TRY IT: Set down the entries below exactly as written.

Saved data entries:
______________________________
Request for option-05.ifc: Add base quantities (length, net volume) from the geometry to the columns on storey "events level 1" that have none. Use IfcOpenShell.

First a look at what the model holds.

```python
import ifcopenshell
import ifcopenshell.util.element
import ifcopenshell.util.unit

model = ifcopenshell.open("option-05.ifc")
print(model.schema)
for unit_type in ("LENGTHUNIT", "AREAUNIT", "VOLUMEUNIT"):
    print(unit_type, ifcopenshell.util.unit.calculate_unit_scale(model, unit_type))
storey = next(s for s in model.by_type("IfcBuildingStorey") if s.Name == "events level 1")
columns = [e for e in ifcopenshell.util.element.get_decomposition(storey) if e.is_a("IfcColumn")]
for e in sorted(columns, key=lambda e: e.id()):
    print(e.id(), e.is_a(), e.Name, list(ifcopenshell.util.element.get_psets(e, qtos_only=True)), sep=" | ")
```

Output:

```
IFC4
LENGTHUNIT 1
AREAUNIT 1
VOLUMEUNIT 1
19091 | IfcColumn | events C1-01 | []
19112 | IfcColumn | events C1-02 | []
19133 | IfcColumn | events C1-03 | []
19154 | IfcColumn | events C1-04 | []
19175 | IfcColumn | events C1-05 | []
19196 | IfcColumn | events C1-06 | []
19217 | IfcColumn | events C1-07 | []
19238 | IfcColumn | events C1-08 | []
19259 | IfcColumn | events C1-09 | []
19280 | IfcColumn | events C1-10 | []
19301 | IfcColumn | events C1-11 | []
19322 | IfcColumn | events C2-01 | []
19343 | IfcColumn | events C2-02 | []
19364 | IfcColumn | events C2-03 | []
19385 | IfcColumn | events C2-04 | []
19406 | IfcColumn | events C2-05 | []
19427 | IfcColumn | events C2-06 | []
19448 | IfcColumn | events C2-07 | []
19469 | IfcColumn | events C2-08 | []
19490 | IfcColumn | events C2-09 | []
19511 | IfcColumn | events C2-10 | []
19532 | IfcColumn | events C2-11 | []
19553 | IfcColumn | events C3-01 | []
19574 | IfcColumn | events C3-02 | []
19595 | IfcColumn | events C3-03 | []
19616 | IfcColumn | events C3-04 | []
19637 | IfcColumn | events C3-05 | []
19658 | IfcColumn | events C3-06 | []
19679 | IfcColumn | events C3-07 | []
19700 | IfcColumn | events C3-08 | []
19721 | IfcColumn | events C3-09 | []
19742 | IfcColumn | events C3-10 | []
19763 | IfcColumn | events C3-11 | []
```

```python
import ifcopenshell
import ifcopenshell.api.pset
import ifcopenshell.geom
import ifcopenshell.util.element
import ifcopenshell.util.shape
import ifcopenshell.util.unit

model = ifcopenshell.open("option-05.ifc")
unit_scale = ifcopenshell.util.unit.calculate_unit_scale(model)
volume_scale = ifcopenshell.util.unit.calculate_unit_scale(model, "VOLUMEUNIT")
settings = ifcopenshell.geom.settings()

storey = next(s for s in model.by_type("IfcBuildingStorey") if s.Name == "events level 1")
columns = [e for e in ifcopenshell.util.element.get_decomposition(storey) if e.is_a("IfcColumn")]

for e in sorted(columns, key=lambda e: e.id()):
    if ifcopenshell.util.element.get_psets(e, qtos_only=True, should_inherit=False):
        continue
    # Geometry comes back in metres, in the element's own axes.
    shape = ifcopenshell.geom.create_shape(settings, e)
    values = {
        "Length": ifcopenshell.util.shape.get_z(shape.geometry) / unit_scale,
        "NetVolume": ifcopenshell.util.shape.get_volume(shape.geometry) / volume_scale,
    }
    qto = ifcopenshell.api.pset.add_qto(model, product=e, name="Qto_ColumnBaseQuantities")
    ifcopenshell.api.pset.edit_qto(model, qto=qto, properties=values)
    print(e.id(), {k: round(v, 3) for k, v in values.items()})

model.write("option-05-out.ifc")
```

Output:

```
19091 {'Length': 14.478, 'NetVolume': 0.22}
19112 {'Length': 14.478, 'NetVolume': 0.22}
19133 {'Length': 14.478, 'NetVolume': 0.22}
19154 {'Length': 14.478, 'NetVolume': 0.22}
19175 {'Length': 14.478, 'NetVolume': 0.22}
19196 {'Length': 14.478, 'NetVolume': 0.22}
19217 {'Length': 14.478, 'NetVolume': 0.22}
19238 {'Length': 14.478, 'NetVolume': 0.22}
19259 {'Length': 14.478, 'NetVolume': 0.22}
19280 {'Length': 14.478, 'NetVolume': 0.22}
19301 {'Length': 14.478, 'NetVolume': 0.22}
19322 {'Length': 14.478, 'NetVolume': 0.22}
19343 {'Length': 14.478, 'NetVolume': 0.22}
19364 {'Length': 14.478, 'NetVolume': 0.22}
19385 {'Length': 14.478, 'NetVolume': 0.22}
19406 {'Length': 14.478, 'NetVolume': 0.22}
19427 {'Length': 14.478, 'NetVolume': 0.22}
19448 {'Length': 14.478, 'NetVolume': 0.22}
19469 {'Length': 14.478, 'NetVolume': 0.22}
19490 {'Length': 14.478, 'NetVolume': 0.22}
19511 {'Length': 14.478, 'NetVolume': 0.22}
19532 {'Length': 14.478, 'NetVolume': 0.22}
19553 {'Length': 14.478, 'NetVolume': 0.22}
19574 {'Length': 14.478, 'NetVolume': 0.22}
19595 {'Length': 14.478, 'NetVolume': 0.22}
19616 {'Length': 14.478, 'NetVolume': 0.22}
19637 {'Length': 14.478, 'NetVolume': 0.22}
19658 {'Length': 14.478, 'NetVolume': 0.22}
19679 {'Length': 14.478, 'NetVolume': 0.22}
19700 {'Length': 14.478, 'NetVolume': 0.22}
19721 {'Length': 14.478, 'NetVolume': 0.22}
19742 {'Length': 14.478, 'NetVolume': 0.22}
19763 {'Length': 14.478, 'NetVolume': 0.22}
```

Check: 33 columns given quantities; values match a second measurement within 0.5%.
______________________________
THE ANSWER:
Request for option-05.ifc: Add base quantities (length, net volume) from the geometry to the columns on storey "events level 1" that have none. Use IfcOpenShell.

First a look at what the model holds.

```python
import ifcopenshell
import ifcopenshell.util.element
import ifcopenshell.util.unit

model = ifcopenshell.open("option-05.ifc")
print(model.schema)
for unit_type in ("LENGTHUNIT", "AREAUNIT", "VOLUMEUNIT"):
    print(unit_type, ifcopenshell.util.unit.calculate_unit_scale(model, unit_type))
storey = next(s for s in model.by_type("IfcBuildingStorey") if s.Name == "events level 1")
columns = [e for e in ifcopenshell.util.element.get_decomposition(storey) if e.is_a("IfcColumn")]
for e in sorted(columns, key=lambda e: e.id()):
    print(e.id(), e.is_a(), e.Name, list(ifcopenshell.util.element.get_psets(e, qtos_only=True)), sep=" | ")
```

Output:

```
IFC4
LENGTHUNIT 1
AREAUNIT 1
VOLUMEUNIT 1
19091 | IfcColumn | events C1-01 | []
19112 | IfcColumn | events C1-02 | []
19133 | IfcColumn | events C1-03 | []
19154 | IfcColumn | events C1-04 | []
19175 | IfcColumn | events C1-05 | []
19196 | IfcColumn | events C1-06 | []
19217 | IfcColumn | events C1-07 | []
19238 | IfcColumn | events C1-08 | []
19259 | IfcColumn | events C1-09 | []
19280 | IfcColumn | events C1-10 | []
19301 | IfcColumn | events C1-11 | []
19322 | IfcColumn | events C2-01 | []
19343 | IfcColumn | events C2-02 | []
19364 | IfcColumn | events C2-03 | []
19385 | IfcColumn | events C2-04 | []
19406 | IfcColumn | events C2-05 | []
19427 | IfcColumn | events C2-06 | []
19448 | IfcColumn | events C2-07 | []
19469 | IfcColumn | events C2-08 | []
19490 | IfcColumn | events C2-09 | []
19511 | IfcColumn | events C2-10 | []
19532 | IfcColumn | events C2-11 | []
19553 | IfcColumn | events C3-01 | []
19574 | IfcColumn | events C3-02 | []
19595 | IfcColumn | events C3-03 | []
19616 | IfcColumn | events C3-04 | []
19637 | IfcColumn | events C3-05 | []
19658 | IfcColumn | events C3-06 | []
19679 | IfcColumn | events C3-07 | []
19700 | IfcColumn | events C3-08 | []
19721 | IfcColumn | events C3-09 | []
19742 | IfcColumn | events C3-10 | []
19763 | IfcColumn | events C3-11 | []
```

```python
import ifcopenshell
import ifcopenshell.api.pset
import ifcopenshell.geom
import ifcopenshell.util.element
import ifcopenshell.util.shape
import ifcopenshell.util.unit

model = ifcopenshell.open("option-05.ifc")
unit_scale = ifcopenshell.util.unit.calculate_unit_scale(model)
volume_scale = ifcopenshell.util.unit.calculate_unit_scale(model, "VOLUMEUNIT")
settings = ifcopenshell.geom.settings()

storey = next(s for s in model.by_type("IfcBuildingStorey") if s.Name == "events level 1")
columns = [e for e in ifcopenshell.util.element.get_decomposition(storey) if e.is_a("IfcColumn")]

for e in sorted(columns, key=lambda e: e.id()):
    if ifcopenshell.util.element.get_psets(e, qtos_only=True, should_inherit=False):
        continue
    # Geometry comes back in metres, in the element's own axes.
    shape = ifcopenshell.geom.create_shape(settings, e)
    values = {
        "Length": ifcopenshell.util.shape.get_z(shape.geometry) / unit_scale,
        "NetVolume": ifcopenshell.util.shape.get_volume(shape.geometry) / volume_scale,
    }
    qto = ifcopenshell.api.pset.add_qto(model, product=e, name="Qto_ColumnBaseQuantities")
    ifcopenshell.api.pset.edit_qto(model, qto=qto, properties=values)
    print(e.id(), {k: round(v, 3) for k, v in values.items()})

model.write("option-05-out.ifc")
```

Output:

```
19091 {'Length': 14.478, 'NetVolume': 0.22}
19112 {'Length': 14.478, 'NetVolume': 0.22}
19133 {'Length': 14.478, 'NetVolume': 0.22}
19154 {'Length': 14.478, 'NetVolume': 0.22}
19175 {'Length': 14.478, 'NetVolume': 0.22}
19196 {'Length': 14.478, 'NetVolume': 0.22}
19217 {'Length': 14.478, 'NetVolume': 0.22}
19238 {'Length': 14.478, 'NetVolume': 0.22}
19259 {'Length': 14.478, 'NetVolume': 0.22}
19280 {'Length': 14.478, 'NetVolume': 0.22}
19301 {'Length': 14.478, 'NetVolume': 0.22}
19322 {'Length': 14.478, 'NetVolume': 0.22}
19343 {'Length': 14.478, 'NetVolume': 0.22}
19364 {'Length': 14.478, 'NetVolume': 0.22}
19385 {'Length': 14.478, 'NetVolume': 0.22}
19406 {'Length': 14.478, 'NetVolume': 0.22}
19427 {'Length': 14.478, 'NetVolume': 0.22}
19448 {'Length': 14.478, 'NetVolume': 0.22}
19469 {'Length': 14.478, 'NetVolume': 0.22}
19490 {'Length': 14.478, 'NetVolume': 0.22}
19511 {'Length': 14.478, 'NetVolume': 0.22}
19532 {'Length': 14.478, 'NetVolume': 0.22}
19553 {'Length': 14.478, 'NetVolume': 0.22}
19574 {'Length': 14.478, 'NetVolume': 0.22}
19595 {'Length': 14.478, 'NetVolume': 0.22}
19616 {'Length': 14.478, 'NetVolume': 0.22}
19637 {'Length': 14.478, 'NetVolume': 0.22}
19658 {'Length': 14.478, 'NetVolume': 0.22}
19679 {'Length': 14.478, 'NetVolume': 0.22}
19700 {'Length': 14.478, 'NetVolume': 0.22}
19721 {'Length': 14.478, 'NetVolume': 0.22}
19742 {'Length': 14.478, 'NetVolume': 0.22}
19763 {'Length': 14.478, 'NetVolume': 0.22}
```

Check: 33 columns given quantities; values match a second measurement within 0.5%.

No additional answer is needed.